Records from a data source

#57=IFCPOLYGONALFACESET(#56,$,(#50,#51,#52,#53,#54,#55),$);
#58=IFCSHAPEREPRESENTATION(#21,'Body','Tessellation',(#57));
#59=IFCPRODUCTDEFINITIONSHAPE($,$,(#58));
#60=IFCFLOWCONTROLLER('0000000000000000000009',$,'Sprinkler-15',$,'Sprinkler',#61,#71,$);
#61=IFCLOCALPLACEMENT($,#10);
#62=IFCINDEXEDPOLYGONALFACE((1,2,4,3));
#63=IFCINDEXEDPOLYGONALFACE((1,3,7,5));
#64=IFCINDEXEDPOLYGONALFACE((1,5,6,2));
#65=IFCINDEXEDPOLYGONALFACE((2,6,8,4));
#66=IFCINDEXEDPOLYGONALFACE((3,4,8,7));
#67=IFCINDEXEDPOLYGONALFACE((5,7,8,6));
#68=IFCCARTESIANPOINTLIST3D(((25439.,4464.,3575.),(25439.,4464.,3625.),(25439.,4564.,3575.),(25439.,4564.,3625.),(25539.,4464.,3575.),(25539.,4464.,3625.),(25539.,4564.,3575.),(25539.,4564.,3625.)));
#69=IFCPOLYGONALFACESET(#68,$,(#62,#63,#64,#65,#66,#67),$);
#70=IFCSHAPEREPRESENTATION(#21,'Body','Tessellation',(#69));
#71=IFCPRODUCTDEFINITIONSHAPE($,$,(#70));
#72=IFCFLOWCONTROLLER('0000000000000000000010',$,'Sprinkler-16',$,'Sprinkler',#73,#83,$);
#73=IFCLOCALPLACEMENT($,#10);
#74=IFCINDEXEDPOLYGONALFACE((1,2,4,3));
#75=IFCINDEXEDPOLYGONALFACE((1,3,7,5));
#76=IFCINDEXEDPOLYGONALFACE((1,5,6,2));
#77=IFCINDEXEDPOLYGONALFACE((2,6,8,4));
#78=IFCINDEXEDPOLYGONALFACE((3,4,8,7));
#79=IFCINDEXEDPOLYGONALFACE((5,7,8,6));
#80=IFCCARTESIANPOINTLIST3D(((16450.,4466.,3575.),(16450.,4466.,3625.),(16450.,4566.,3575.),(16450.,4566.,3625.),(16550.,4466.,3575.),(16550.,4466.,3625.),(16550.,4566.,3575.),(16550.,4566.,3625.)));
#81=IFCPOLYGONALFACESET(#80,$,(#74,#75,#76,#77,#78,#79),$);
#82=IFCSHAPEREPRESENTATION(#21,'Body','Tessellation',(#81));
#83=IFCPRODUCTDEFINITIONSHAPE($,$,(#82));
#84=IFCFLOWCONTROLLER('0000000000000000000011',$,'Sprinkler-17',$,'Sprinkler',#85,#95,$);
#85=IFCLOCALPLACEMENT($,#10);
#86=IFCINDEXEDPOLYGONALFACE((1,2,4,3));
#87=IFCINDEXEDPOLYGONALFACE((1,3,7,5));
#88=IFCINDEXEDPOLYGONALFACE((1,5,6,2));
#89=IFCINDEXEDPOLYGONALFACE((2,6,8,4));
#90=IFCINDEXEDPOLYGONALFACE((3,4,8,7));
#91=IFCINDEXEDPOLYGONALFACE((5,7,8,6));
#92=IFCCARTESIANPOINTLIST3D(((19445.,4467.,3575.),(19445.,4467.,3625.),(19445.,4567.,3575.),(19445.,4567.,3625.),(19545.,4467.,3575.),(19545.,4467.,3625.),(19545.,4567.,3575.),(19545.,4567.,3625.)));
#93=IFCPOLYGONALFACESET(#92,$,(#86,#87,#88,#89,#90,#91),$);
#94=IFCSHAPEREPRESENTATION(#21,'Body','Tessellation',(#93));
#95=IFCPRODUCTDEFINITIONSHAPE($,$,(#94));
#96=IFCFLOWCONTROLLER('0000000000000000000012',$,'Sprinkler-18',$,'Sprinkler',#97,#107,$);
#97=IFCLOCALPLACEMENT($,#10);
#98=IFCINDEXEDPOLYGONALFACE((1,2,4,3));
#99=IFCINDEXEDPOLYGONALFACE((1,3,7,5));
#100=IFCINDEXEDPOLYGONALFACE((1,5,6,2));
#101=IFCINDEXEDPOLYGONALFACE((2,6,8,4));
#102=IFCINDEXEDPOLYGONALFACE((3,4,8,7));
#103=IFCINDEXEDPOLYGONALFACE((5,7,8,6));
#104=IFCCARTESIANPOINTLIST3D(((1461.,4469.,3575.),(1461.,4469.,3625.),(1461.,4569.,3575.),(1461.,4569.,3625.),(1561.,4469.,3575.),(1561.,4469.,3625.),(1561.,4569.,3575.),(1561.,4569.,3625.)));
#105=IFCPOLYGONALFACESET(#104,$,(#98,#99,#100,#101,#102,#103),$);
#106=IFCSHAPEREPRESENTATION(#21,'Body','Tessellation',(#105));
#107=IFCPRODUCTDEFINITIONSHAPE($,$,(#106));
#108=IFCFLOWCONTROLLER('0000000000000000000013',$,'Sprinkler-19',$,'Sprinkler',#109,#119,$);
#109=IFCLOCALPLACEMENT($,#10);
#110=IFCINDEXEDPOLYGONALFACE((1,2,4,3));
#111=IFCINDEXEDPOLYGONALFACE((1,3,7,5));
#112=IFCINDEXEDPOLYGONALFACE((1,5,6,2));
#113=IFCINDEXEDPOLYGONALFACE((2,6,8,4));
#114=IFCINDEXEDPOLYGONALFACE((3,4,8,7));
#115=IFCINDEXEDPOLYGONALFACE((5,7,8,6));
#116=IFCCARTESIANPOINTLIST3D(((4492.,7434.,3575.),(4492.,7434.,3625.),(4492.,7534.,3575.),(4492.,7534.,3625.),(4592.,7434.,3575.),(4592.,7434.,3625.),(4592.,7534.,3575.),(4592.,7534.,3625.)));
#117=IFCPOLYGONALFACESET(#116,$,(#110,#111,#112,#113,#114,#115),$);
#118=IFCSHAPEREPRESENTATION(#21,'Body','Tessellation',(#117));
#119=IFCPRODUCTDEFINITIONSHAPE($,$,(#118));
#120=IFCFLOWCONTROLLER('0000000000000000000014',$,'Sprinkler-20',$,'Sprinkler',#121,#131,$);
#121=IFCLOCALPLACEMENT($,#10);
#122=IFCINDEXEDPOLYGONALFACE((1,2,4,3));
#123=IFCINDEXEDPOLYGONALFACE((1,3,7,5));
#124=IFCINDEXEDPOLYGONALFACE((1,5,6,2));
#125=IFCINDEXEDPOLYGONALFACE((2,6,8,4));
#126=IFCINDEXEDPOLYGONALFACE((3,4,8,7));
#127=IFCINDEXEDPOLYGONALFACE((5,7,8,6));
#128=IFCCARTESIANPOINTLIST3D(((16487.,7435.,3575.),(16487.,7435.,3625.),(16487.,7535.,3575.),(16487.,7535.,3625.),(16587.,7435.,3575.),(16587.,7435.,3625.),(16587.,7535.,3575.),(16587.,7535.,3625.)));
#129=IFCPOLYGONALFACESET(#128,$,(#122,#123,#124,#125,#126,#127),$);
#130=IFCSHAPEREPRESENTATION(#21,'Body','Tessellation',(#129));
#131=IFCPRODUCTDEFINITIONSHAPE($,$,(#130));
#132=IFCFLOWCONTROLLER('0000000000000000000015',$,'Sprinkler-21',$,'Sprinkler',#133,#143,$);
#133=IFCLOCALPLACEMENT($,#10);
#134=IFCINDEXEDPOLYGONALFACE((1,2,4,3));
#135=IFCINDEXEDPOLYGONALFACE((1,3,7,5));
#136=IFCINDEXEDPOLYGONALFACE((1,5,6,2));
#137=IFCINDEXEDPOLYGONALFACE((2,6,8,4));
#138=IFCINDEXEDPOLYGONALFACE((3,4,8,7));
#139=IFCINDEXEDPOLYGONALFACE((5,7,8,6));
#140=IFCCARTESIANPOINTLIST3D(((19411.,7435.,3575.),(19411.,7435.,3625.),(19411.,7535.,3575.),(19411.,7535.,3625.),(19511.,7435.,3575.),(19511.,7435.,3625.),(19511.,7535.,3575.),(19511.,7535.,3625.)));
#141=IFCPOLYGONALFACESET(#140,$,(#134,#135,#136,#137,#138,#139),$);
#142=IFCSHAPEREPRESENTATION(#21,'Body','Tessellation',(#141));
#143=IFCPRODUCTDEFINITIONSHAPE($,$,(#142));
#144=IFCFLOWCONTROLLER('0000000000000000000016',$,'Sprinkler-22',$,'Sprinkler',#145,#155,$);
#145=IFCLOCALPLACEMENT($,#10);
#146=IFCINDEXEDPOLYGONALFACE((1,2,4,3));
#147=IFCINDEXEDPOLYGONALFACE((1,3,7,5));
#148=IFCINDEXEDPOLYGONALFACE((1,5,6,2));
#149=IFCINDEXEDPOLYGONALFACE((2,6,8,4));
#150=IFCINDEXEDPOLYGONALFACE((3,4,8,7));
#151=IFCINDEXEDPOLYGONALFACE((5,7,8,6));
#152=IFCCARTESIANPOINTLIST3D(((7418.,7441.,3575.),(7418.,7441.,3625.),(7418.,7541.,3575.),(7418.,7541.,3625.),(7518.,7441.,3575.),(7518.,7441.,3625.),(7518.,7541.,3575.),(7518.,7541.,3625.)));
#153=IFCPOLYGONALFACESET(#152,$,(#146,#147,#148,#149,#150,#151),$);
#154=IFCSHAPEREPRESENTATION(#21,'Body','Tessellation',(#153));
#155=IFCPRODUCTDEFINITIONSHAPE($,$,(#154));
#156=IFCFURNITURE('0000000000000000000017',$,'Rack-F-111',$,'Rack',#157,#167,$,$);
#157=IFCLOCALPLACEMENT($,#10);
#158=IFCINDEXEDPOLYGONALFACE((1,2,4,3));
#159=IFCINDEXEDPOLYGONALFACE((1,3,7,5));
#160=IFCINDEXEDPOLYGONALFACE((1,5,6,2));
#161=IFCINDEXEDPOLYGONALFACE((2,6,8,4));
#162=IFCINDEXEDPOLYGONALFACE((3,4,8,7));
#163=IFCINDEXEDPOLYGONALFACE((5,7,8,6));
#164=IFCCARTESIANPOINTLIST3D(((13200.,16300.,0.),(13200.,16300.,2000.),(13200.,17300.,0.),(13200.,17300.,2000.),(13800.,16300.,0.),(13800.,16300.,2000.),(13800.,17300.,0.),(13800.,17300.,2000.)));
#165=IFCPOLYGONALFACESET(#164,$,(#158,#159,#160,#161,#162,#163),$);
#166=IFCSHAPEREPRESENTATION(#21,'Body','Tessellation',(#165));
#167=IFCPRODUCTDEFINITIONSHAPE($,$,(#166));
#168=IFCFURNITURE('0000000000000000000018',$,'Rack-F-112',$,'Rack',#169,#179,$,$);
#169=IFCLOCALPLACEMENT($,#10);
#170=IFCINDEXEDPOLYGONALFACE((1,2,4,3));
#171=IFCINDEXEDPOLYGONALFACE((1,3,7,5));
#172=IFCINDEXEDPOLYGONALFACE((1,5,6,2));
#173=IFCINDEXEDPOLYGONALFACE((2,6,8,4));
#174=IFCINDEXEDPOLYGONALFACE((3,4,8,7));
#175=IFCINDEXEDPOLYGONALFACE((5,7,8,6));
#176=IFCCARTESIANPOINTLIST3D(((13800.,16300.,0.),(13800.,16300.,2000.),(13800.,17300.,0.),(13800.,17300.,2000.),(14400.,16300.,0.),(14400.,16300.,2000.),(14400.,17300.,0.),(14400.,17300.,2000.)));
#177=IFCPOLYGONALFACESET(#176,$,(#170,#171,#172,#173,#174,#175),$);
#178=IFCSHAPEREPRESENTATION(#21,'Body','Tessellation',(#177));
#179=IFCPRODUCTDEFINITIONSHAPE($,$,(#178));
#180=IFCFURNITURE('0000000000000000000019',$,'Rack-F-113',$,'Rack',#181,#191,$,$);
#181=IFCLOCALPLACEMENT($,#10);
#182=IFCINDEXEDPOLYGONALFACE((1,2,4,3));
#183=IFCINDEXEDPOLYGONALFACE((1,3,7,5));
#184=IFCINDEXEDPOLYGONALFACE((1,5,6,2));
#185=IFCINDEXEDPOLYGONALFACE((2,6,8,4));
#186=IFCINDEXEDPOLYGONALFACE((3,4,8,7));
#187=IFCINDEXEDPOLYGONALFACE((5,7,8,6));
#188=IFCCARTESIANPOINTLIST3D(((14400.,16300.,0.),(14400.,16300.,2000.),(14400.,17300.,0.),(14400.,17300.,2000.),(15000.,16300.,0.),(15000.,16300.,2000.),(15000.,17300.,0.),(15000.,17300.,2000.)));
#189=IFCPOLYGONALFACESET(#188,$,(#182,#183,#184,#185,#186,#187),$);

--

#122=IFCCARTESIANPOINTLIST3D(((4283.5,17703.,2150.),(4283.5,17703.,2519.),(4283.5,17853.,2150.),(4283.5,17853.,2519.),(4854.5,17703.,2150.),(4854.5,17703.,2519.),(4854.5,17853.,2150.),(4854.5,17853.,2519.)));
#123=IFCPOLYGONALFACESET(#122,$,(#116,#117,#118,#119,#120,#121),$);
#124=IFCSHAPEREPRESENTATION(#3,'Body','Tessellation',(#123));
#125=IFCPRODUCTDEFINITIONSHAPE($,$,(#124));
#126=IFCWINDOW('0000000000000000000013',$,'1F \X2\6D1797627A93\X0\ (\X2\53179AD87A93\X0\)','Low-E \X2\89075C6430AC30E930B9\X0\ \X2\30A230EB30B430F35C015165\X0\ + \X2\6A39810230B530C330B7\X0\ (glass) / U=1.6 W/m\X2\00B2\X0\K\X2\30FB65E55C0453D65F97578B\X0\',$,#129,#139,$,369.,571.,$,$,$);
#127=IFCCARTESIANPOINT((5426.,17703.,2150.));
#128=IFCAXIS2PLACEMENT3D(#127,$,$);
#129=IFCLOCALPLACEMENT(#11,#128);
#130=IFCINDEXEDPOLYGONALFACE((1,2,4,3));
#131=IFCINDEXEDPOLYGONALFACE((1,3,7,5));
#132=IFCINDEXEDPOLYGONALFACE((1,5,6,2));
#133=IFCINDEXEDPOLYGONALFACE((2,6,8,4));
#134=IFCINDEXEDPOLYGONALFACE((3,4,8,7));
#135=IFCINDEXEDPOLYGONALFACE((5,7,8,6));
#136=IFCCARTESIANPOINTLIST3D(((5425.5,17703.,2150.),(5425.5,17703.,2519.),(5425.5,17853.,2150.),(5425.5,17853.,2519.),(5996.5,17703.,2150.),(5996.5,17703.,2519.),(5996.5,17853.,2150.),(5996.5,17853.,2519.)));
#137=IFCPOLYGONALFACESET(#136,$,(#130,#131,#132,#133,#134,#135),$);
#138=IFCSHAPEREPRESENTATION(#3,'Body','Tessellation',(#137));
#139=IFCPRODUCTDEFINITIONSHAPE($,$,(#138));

==

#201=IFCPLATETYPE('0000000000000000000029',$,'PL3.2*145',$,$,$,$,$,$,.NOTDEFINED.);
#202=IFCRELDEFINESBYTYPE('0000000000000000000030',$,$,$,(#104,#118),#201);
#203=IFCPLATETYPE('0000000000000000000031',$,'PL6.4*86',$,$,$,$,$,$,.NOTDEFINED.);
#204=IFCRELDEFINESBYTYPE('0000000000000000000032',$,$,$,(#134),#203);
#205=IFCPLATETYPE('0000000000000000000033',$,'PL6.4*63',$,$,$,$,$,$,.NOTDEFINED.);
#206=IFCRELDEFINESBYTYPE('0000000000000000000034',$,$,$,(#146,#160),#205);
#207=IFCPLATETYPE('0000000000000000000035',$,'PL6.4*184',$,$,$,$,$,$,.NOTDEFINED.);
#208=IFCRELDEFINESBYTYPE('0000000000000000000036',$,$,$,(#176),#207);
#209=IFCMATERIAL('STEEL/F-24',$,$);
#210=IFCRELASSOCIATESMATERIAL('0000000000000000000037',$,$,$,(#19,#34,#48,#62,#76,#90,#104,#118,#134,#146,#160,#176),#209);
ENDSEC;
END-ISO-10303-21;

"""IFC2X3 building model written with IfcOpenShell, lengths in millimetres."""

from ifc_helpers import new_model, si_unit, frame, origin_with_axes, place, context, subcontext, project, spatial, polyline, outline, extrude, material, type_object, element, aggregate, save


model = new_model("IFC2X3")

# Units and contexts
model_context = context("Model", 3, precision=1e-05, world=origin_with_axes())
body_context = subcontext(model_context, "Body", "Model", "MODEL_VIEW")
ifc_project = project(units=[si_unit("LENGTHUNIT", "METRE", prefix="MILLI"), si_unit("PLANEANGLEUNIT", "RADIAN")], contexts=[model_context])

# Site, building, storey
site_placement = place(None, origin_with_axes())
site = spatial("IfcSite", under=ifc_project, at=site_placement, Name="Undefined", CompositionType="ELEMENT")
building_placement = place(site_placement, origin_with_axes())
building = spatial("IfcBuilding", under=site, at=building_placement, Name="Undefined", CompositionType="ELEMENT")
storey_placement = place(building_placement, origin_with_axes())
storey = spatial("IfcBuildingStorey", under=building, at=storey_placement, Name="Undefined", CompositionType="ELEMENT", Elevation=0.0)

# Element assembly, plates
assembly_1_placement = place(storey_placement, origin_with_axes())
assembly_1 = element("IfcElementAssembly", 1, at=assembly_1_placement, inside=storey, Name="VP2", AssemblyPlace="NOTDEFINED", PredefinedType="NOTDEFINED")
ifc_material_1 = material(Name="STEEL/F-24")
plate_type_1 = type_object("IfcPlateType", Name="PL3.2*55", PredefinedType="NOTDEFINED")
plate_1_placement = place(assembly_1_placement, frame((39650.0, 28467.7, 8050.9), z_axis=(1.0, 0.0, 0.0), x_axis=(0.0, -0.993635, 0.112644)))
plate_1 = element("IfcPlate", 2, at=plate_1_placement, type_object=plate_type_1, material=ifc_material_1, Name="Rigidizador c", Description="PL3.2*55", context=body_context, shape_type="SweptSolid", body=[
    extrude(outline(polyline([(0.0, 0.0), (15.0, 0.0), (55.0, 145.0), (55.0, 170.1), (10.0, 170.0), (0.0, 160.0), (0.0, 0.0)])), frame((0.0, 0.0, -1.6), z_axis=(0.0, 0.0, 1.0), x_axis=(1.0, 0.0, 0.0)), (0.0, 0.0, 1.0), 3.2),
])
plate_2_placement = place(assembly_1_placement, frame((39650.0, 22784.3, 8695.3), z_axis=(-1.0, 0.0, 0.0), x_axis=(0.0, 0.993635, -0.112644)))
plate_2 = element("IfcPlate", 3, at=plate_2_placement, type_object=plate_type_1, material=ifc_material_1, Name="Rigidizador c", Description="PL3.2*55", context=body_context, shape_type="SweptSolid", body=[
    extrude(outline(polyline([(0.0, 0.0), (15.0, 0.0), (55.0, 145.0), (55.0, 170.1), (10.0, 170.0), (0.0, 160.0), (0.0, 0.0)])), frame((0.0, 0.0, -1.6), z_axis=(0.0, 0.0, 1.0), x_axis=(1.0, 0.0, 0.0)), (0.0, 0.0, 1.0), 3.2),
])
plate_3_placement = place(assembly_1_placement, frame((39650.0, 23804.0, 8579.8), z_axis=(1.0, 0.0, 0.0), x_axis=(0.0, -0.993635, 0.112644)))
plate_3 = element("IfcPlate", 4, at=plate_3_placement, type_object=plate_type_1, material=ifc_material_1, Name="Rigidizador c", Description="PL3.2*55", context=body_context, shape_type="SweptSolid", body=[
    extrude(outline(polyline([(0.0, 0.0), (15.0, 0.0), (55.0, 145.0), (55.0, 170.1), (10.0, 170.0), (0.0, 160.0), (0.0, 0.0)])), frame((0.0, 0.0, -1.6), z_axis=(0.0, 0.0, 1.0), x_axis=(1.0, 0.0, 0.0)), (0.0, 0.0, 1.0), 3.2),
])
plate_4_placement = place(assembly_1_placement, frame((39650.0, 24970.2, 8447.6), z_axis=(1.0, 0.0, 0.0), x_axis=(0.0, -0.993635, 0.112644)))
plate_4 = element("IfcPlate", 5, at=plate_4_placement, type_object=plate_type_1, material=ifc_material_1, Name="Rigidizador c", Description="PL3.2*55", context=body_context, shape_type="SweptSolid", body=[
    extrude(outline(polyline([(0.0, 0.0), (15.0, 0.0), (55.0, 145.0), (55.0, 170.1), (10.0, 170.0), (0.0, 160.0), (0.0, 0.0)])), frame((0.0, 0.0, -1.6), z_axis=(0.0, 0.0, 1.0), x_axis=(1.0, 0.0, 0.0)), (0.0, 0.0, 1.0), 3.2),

Brief: Repeat exactly the lines above from the one with "#61=IFCLOCALPLACEMENT($,#10);" up to and including the one with "#79=IFCINDEXEDPOLYGONALFACE((5,7,8,6));". No other line belongs in the reply.

Result for this task:
#61=IFCLOCALPLACEMENT($,#10);
#62=IFCINDEXEDPOLYGONALFACE((1,2,4,3));
#63=IFCINDEXEDPOLYGONALFACE((1,3,7,5));
#64=IFCINDEXEDPOLYGONALFACE((1,5,6,2));
#65=IFCINDEXEDPOLYGONALFACE((2,6,8,4));
#66=IFCINDEXEDPOLYGONALFACE((3,4,8,7));
#67=IFCINDEXEDPOLYGONALFACE((5,7,8,6));
#68=IFCCARTESIANPOINTLIST3D(((25439.,4464.,3575.),(25439.,4464.,3625.),(25439.,4564.,3575.),(25439.,4564.,3625.),(25539.,4464.,3575.),(25539.,4464.,3625.),(25539.,4564.,3575.),(25539.,4564.,3625.)));
#69=IFCPOLYGONALFACESET(#68,$,(#62,#63,#64,#65,#66,#67),$);
#70=IFCSHAPEREPRESENTATION(#21,'Body','Tessellation',(#69));
#71=IFCPRODUCTDEFINITIONSHAPE($,$,(#70));
#72=IFCFLOWCONTROLLER('0000000000000000000010',$,'Sprinkler-16',$,'Sprinkler',#73,#83,$);
#73=IFCLOCALPLACEMENT($,#10);
#74=IFCINDEXEDPOLYGONALFACE((1,2,4,3));
#75=IFCINDEXEDPOLYGONALFACE((1,3,7,5));
#76=IFCINDEXEDPOLYGONALFACE((1,5,6,2));
#77=IFCINDEXEDPOLYGONALFACE((2,6,8,4));
#78=IFCINDEXEDPOLYGONALFACE((3,4,8,7));
#79=IFCINDEXEDPOLYGONALFACE((5,7,8,6));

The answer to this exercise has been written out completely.